30

—Vaya, no esperaba oír eso —dijo Michael. Intentó sonreír, pero lo único que consiguió fue esbozar una mueca.

—Lo siento mucho. —Levanté una mano, y acto seguido la retiré. No tenía derecho a tocarle.

—Dame un segundo, ¿quieres? —Se dio la vuelta y su mirada se perdió por encima de hileras de lápidas.

—Tendría que haber hablado contigo —le dije con voz suplicante—. Pero es que cuando te imaginaba con Roxanne… Da igual, no tengo excusa.

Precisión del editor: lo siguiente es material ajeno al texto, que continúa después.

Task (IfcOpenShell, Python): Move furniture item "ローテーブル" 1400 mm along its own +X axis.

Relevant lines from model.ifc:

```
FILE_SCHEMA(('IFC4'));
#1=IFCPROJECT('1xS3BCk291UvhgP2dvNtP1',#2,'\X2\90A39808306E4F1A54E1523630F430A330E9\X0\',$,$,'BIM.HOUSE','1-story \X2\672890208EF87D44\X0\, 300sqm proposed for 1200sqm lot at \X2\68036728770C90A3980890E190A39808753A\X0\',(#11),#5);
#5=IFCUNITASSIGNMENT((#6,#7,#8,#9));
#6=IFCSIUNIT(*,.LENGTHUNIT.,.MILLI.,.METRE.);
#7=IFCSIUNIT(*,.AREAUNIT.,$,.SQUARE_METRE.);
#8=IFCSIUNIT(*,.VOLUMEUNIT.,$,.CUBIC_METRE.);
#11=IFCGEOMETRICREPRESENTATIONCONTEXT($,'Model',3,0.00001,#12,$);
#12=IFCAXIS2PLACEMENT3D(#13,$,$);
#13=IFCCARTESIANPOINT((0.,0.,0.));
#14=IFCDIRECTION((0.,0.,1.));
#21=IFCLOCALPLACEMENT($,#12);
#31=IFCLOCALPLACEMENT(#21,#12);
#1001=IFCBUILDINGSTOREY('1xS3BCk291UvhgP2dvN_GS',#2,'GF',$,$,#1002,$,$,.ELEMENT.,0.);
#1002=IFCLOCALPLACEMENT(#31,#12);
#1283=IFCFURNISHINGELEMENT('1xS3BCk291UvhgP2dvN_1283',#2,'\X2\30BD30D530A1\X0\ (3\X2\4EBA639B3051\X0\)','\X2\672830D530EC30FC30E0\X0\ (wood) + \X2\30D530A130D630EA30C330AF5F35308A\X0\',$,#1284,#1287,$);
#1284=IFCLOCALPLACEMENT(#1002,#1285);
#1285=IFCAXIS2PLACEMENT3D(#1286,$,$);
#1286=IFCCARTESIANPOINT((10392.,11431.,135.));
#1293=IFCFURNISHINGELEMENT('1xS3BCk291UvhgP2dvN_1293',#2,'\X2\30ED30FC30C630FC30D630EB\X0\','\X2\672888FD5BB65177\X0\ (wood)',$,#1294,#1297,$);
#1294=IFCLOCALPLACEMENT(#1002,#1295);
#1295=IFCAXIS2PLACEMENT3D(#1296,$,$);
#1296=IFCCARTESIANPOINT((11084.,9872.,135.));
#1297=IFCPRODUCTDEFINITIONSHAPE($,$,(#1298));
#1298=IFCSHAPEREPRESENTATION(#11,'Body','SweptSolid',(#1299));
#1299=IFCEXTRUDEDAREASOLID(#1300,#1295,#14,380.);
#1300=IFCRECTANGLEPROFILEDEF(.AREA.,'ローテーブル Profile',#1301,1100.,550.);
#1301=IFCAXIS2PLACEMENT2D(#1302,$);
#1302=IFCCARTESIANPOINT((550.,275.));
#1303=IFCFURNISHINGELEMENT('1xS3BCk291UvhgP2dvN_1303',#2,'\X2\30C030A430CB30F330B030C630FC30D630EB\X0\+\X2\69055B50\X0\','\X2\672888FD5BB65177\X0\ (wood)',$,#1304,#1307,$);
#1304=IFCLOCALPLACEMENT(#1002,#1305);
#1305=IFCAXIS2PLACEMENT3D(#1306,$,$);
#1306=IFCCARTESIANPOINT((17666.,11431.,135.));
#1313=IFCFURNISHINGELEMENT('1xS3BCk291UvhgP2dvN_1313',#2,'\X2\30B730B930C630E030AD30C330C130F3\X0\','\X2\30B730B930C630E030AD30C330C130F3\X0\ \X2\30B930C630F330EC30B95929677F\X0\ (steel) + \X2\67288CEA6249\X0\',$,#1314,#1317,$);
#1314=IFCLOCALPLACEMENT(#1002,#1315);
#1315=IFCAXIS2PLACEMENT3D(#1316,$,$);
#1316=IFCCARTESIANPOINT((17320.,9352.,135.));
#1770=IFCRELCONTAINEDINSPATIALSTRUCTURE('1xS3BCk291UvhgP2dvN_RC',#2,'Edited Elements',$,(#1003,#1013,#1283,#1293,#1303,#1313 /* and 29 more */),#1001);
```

```python
import ifcopenshell
import ifcopenshell.api.geometry
import ifcopenshell.util.placement

model = ifcopenshell.open("model.ifc")

item = model.by_id(1293)
matrix = ifcopenshell.util.placement.get_local_placement(item.ObjectPlacement)
matrix[:3, 3] += matrix[:3, 0] * 1400.0
ifcopenshell.api.geometry.edit_object_placement(model, product=item, matrix=matrix, is_si=False)

print(ifcopenshell.util.placement.get_local_placement(item.ObjectPlacement).round(3) + 0.0)

model.write("model_rev.ifc")
```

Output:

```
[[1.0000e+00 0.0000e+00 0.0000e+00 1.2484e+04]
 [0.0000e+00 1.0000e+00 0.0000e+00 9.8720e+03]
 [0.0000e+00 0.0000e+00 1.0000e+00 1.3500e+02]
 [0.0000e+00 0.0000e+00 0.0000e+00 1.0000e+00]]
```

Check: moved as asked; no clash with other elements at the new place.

—No —dijo él, furioso. Podía ver las lágrimas brillando en sus ojos—. Es culpa mía. Yo te abandoné primero.

—Pero fui yo quien…

—Julia, ¿qué clase de persona era yo? —Apoyó la espalda en el tronco del árbol y se dejó caer hasta el suelo, a mi lado—. Te empujé a tener una aventura, engañé a un chaval para que aceptara una indemnización ridícula, jugué con Dale por diversión y le restregué el dinero por la cara a mi propia familia, a pesar de que no les habría venido mal una ayuda económica de verdad… ¿En qué me convertí?

Hundió la cara entre sus manos y apenas pude escuchar lo que dijo a continuación.

—Nunca pensé que acabara siendo así.

—Michael, escúchame. Eres una buena persona —intenté animarle, pero él sacudió la cabeza.

—Es como una bola de nieve, Julia. Cuanto más me esfuerzo por hacer el bien, más gente descubro a la que le he hecho daño. He estado a punto de perderte. De hecho, te perdí durante mucho tiempo, y lo peor es que ni siquiera me di cuenta.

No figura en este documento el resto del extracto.